M3DB assumes that if a process is started and owns sealed shards marked as Available that its data for those shards is valid and does not have to be fetched from peers. Consequentially this means it will begin serving reads for that data. For more background on M3DB topology, see the M3DB topology docs.

In most environments in which M3DB has been deployed in production, it has been on a set of hosts predetermined by whomever is managing the cluster. This means that an M3DB instance is identified in a toplogy by its hostname, and that when an M3DB process comes up and finds its hostname in the cluster with Available shards that it can serve reads for those shards.
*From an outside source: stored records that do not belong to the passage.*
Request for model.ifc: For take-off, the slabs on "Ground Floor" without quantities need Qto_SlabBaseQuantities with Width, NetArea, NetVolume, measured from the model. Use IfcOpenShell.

First a look at what the model holds.

```python
import ifcopenshell
import ifcopenshell.util.element
import ifcopenshell.util.unit

model = ifcopenshell.open("model.ifc")
print(model.schema)
for unit_type in ("LENGTHUNIT", "AREAUNIT", "VOLUMEUNIT"):
    print(unit_type, ifcopenshell.util.unit.calculate_unit_scale(model, unit_type))
storey = next(s for s in model.by_type("IfcBuildingStorey") if s.Name == "Ground Floor")
slabs = [e for e in ifcopenshell.util.element.get_decomposition(storey) if e.is_a("IfcSlab")]
for e in sorted(slabs, key=lambda e: e.id()):
    print(e.id(), e.is_a(), e.Name, list(ifcopenshell.util.element.get_psets(e, qtos_only=True)), sep=" | ")
```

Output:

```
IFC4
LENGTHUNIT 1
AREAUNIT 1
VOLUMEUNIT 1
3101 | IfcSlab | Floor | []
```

```python
import ifcopenshell
import ifcopenshell.api.pset
import ifcopenshell.geom
import ifcopenshell.util.element
import ifcopenshell.util.shape
import ifcopenshell.util.unit

model = ifcopenshell.open("model.ifc")
unit_scale = ifcopenshell.util.unit.calculate_unit_scale(model)
area_scale = ifcopenshell.util.unit.calculate_unit_scale(model, "AREAUNIT")
volume_scale = ifcopenshell.util.unit.calculate_unit_scale(model, "VOLUMEUNIT")
settings = ifcopenshell.geom.settings()

storey = next(s for s in model.by_type("IfcBuildingStorey") if s.Name == "Ground Floor")
slabs = [e for e in ifcopenshell.util.element.get_decomposition(storey) if e.is_a("IfcSlab")]

for e in sorted(slabs, key=lambda e: e.id()):
    if ifcopenshell.util.element.get_psets(e, qtos_only=True, should_inherit=False):
        continue
    # Geometry comes back in metres, in the element's own axes.
    shape = ifcopenshell.geom.create_shape(settings, e)
    values = {
        "Width": ifcopenshell.util.shape.get_z(shape.geometry) / unit_scale,
        "NetArea": ifcopenshell.util.shape.get_footprint_area(shape.geometry) / area_scale,
        "NetVolume": ifcopenshell.util.shape.get_volume(shape.geometry) / volume_scale,
    }
    qto = ifcopenshell.api.pset.add_qto(model, product=e, name="Qto_SlabBaseQuantities")
    ifcopenshell.api.pset.edit_qto(model, qto=qto, properties=values)
    print(e.id(), {k: round(v, 3) for k, v in values.items()})

model.write("model_edited.ifc")
```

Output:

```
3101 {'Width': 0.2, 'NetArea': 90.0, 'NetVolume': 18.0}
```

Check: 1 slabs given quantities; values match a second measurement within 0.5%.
This does not work on Kubernetes, particularly when working with StatefulSets, as a pod may be rescheduled on a new node or with new storage attached but its name may stay the same. If we were to naively use an instance’s hostname (pod name), and it were to get rescheduled on a new node with no data, it could assume that absence of data is valid and begin returning empty results for read requests.

To account for this, the M3DB Operator determines an M3DB instance’s identity in the topology based on a configurable set of metadata about the pod.

Configuration

The M3DB operator uses a configurable set of metadata about a pod to determine its identity in the M3DB placement. This is encapsulated in the PodIdentityConfig field of a cluster’s spec. In addition to the configures sources, a pod’s name will always be included.

Every pod in an M3DB cluster is annotated with its identity and is passed to the M3DB instance via a downward API volume.

Sources

This section will be filled out as a number of pending PRs land.

Recommendations

No Persistent Storage

If not using PVs, you should set sources to PodUID:

  1. podIdentityConfig:
  2. sources:
  3. - PodUID

This way whenever a container is rescheduled, the operator will initiate a replace and it will stream data from its peers before serving reads. Note that not having persistent storage is not a recommended way to run M3DB.

Remote Persistent Storage

If using remote storage you do not need to set sources, as it will default to just the pods name. The data for an M3DB instance will move around with its container.

Local Persistent Storage

If using persistent local volumes, you should set sources to NodeName. In this configuration M3DB will consider a pod to be the same so long as it’s on the same node. Replaces will only be triggered if a pod with the same name is moved to a new host.

Note that if using local SSDs on GKE, node names may stay the same even though a VM has been recreated. We also support ProviderID, which will use the underlying VM’s unique ID number in GCE to identity host uniqueness.